Arte e scienza, la visione di Kandel
  • Lun, 27/03/2017 - 16:10

Artisti e scienziati legati a doppio nodo sul filo del riduzionismo. Amante dell'arte, appassionato di cervello Eric Richard Kandel ha stregato Cagliari con la sua lectio magistralis dal titolo “Reductionism in Art and Brain Science” (Il riduzionismo nell’arte e nelle neuroscienze) che si è tenuta questa mattina nell’Aula magna del Rettorato, in via Università 40 a Cagliari. Una magia a doppio senso visto che lo scienziato è rimasto completamente affascinato da Cagliari, dalla visita magica della città bianca di chiese e natura, un binomio che, a detta del neuroscienziato statunitense, la rende più vicina al paradiso di qualunque altra città del mondo. Artisti e scienziati legati dalla creatività, creatività ed esperienza che lo hanno reso il primo psichiatra statunitense ad aver vinto il premio Nobel per la Medicina, conseguito nel 2000 per gli studi effettuati sulle basi fisiologiche della conservazione della memoria nei neuroni. Neurologo, psichiatra e neuroscienziato statunitense, Kandel è professore di biofisica e biochimica alla Columbia University dal 1974, ed è uno dei maggiori neuroscienziati del XX secolo. 
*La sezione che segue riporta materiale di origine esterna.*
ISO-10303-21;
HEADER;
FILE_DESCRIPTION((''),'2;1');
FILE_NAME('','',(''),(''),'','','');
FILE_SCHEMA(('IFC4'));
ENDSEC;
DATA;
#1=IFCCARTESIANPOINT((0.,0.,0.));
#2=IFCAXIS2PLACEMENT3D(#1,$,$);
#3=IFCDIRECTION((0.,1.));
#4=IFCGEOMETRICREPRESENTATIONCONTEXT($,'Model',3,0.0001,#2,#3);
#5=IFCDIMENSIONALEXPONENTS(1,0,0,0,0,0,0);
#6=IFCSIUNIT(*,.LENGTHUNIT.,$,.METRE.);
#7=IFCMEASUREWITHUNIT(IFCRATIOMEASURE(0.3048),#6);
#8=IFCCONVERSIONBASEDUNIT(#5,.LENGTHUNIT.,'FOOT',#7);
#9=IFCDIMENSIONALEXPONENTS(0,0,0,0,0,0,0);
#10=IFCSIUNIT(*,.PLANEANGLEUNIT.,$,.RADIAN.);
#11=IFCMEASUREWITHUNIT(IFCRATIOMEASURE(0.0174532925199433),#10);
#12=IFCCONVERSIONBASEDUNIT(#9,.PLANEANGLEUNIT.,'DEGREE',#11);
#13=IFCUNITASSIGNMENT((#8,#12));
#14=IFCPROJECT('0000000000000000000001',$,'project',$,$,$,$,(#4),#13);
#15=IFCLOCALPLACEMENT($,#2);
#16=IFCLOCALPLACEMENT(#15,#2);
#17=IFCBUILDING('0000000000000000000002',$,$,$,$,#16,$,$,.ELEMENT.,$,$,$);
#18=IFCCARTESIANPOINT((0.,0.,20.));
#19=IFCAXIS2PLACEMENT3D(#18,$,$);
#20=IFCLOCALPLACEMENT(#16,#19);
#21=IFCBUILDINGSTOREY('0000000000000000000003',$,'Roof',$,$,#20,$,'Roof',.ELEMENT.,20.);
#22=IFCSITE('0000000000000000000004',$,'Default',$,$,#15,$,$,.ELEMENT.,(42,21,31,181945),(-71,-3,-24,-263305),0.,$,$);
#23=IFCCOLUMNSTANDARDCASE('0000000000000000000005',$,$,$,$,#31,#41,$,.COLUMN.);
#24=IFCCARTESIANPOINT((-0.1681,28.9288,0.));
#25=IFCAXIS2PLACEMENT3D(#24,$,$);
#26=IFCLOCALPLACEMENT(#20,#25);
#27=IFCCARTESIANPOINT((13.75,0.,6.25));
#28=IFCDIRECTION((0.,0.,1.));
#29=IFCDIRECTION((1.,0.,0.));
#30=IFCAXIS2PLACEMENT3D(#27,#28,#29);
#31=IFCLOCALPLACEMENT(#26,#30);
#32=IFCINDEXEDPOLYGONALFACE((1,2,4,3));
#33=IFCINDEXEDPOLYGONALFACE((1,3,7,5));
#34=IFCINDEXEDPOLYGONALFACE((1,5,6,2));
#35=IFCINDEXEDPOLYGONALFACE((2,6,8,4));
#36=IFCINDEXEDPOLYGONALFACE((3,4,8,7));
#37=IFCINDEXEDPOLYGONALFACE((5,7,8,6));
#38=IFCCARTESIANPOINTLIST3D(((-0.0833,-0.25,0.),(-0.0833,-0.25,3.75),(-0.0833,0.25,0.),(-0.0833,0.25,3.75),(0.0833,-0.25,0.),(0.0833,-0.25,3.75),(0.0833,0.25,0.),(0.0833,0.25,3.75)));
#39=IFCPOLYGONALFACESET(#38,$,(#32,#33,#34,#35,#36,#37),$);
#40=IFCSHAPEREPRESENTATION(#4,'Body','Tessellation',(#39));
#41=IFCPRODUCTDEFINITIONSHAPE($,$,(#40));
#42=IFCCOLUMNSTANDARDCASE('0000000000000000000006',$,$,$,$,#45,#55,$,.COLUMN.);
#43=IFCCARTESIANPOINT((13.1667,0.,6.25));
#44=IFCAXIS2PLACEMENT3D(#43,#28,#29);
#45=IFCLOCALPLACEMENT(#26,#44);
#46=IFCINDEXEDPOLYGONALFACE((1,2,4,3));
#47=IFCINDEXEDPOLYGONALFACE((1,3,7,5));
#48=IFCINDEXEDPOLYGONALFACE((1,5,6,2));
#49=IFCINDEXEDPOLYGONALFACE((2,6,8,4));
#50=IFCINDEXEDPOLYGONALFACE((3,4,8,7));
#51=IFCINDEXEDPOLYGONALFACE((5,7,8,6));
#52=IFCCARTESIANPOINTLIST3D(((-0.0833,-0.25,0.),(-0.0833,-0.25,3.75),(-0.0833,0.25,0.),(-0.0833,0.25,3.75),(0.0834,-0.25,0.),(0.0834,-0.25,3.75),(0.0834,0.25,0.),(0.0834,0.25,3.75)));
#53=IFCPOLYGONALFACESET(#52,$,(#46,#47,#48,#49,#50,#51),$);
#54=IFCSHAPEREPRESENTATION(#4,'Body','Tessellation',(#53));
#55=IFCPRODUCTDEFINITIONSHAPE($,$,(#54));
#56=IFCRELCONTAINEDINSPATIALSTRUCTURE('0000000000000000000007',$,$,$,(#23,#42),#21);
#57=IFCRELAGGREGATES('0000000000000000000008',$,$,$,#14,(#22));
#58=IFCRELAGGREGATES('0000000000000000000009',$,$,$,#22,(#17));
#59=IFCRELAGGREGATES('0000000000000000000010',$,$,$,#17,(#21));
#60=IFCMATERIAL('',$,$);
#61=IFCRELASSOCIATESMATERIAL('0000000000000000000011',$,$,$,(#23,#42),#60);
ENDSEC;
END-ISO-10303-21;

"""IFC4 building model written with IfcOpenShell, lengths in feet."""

from ifc_helpers import new_model, entity, si_unit, converted_unit, direction, frame, origin, place, context, project, spatial, rectangle, extrude, material, element, save


model = new_model("IFC4")

# Units and contexts
model_context = context("Model", 3, precision=0.0001, world=origin(), true_north=direction((0.0, 1.0)))
ifc_project = project(units=[converted_unit("LENGTHUNIT", "FOOT", entity("IfcRatioMeasure", 0.3048), si_unit("LENGTHUNIT", "METRE"), dimensions=[1, 0, 0, 0, 0, 0, 0]), converted_unit("PLANEANGLEUNIT", "DEGREE", entity("IfcRatioMeasure", 0.0174532925199433), si_unit("PLANEANGLEUNIT", "RADIAN"), dimensions=[0, 0, 0, 0, 0, 0, 0])], contexts=[model_context])

# Site, building, storey
site_placement = place(None, origin())
site = spatial("IfcSite", under=ifc_project, at=site_placement, Name="Default", CompositionType="ELEMENT", RefLatitude=(42, 21, 31, 181945), RefLongitude=(-71, -3, -24, -263305), RefElevation=0.0)
building_placement = place(site_placement, origin())
building = spatial("IfcBuilding", under=site, at=building_placement, CompositionType="ELEMENT")
storey_placement = place(building_placement, frame((0.0, 0.0, 20.0)))
storey = spatial("IfcBuildingStorey", under=building, at=storey_placement, Name="Roof", LongName="Roof", CompositionType="ELEMENT", Elevation=20.0)

# Columns
ifc_material_1 = material(Name="")
placement = place(storey_placement, frame((-0.1681, 28.9288, 0.0)))
for number, where, z_axis, x_axis in (
    (1, (13.75, 0.0, 6.25), (0.0, 0.0, 1.0), (1.0, 0.0, 0.0)),
    (2, (13.1667, 0.0, 6.25), (0.0, 0.0, 1.0), (1.0, 0.0, 0.0)),
):
    element("IfcColumnStandardCase", number, at=place(placement, frame(where, z_axis=z_axis, x_axis=x_axis)), inside=storey, material=ifc_material_1, PredefinedType="COLUMN", context=model_context, shape_type="SweptSolid", body=[
        extrude(rectangle(XDim=0.1667, YDim=0.5), origin(), (0.0, 0.0, 1.0), 3.75),
    ])

save(model, "model.ifc")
"The big sinner", il grande peccatore delle scienze. Disobbedì a Cartesio sfidando il suo anatema “non c’è peccato più grave del considerare l’anima delle bestie consimile alla nostra"  con i suoi studi sulla Aplysia. Così l'amico e collega Gian Luigi Gessa, professore emerito di Farmacologia e Medaglia d’oro al merito della Sanità pubblica, ha definito il Premio Nobel per la Medicina Eric Richard Kandel nel corso della presentazione del secondo dei Seminari culturali promossi dal Rettore dell’Università di Cagliari, Maria Del Zompo, che si è tenuto questa mattina. Una lezione affollatissima che ha catalizzato l'attenzione di studenti, professori ed esperti, riuniti in massa in Rettorato per l'occasione. 

Classe 29, Kandel è nato in Ucraina da genitori ebrei, ha vissuto a Vienna all'inizio della prima Guerra mondiale e nel 1939 è stato costretto a emigrare con la sua famiglia negli Stati Uniti a causa delle leggi razziali istituite dal Terzo Reich. Kandel ricorda perfettamente l'anno passato a Vienna sotto il regime nazista, ed è consapevole che le esperienze di quel periodo l'abbiano spinto ad interessarsi agli studi della mente, del comportamento e dell'imprevedibilità delle persone, delle contraddizioni e complessità delle azioni umane. 

Affascinato dal cervello e da tutto quello che la mente può ancora svelare, con l'approccio riduzionista ha sfidato il gotha mondiale della scienza con i suoi studi sull'Aplysia californica, la lumaca marina dell'isola di Catalina. Cercando e ricercando ha trovato la verità: la memoria nei suoi meccanismi è universale. Ma non è tutto. "Ogni semplice comportamento può essere modificato dalla conoscenza, dall'imparare cose nuove. Le sinapsi sono plastiche e vengono modificate dall'esperienza". 

 

Sul bombardamento di informazioni della società odierna mette il freno: "Non è tutto positivo, sta a noi decifrarle decodificarle e tenere solo quelle che realmente sono utili". Ai giovani di oggi "per tenere il cervello in allenamento consiglia di prendere lo studio seriamente e trarre piacere da quello che fanno". E invita gli insegnanti "a rendere le lezioni e l'insegnamento più appetibile per gli studenti". 

Alle 17 nella Sala Congressi della Facoltà di Medicina, alla Cittadella Universitaria di Monserrato, Kandel terrà una joint lecture sul tema “The Gateway Hypothesis of drug abuse: developmental, biological and societal perspectives” (L’‘ipotesi gateway’ dell’abuso del farmaco: sviluppi evolutivi, biologici e sociali). L’incontro sarà moderato dai professori Walter Fratta e Paola Fadda, dell’Università di Cagliari, con i quali da tempo porta avanti alcuni progetti di ricerca scientifica sull'abuso delle droghe. "E' importante evitare l'abuso di droghe  pesanti. Si possono magari gustare birra e alcolici, come faccio io, ma sempre con moderazione. E' importante non abusare di queste sostanze, sapere che non risolvono i problemi e per risolvere situazioni esistenziali ci sono altri strumenti, come ad esempio la psicanalisi. Io sono qui per collaborare con Paola Fadda a questo progetto sulla marijuana, che è notoriamente una droga di transizione che viene usata spesso prima di ricorrere ad altre sostanze più pesanti. Lo scopo del nostro studio è capire questo meccanismo e soprattutto scoraggiare il passaggio alle droghe più pesanti".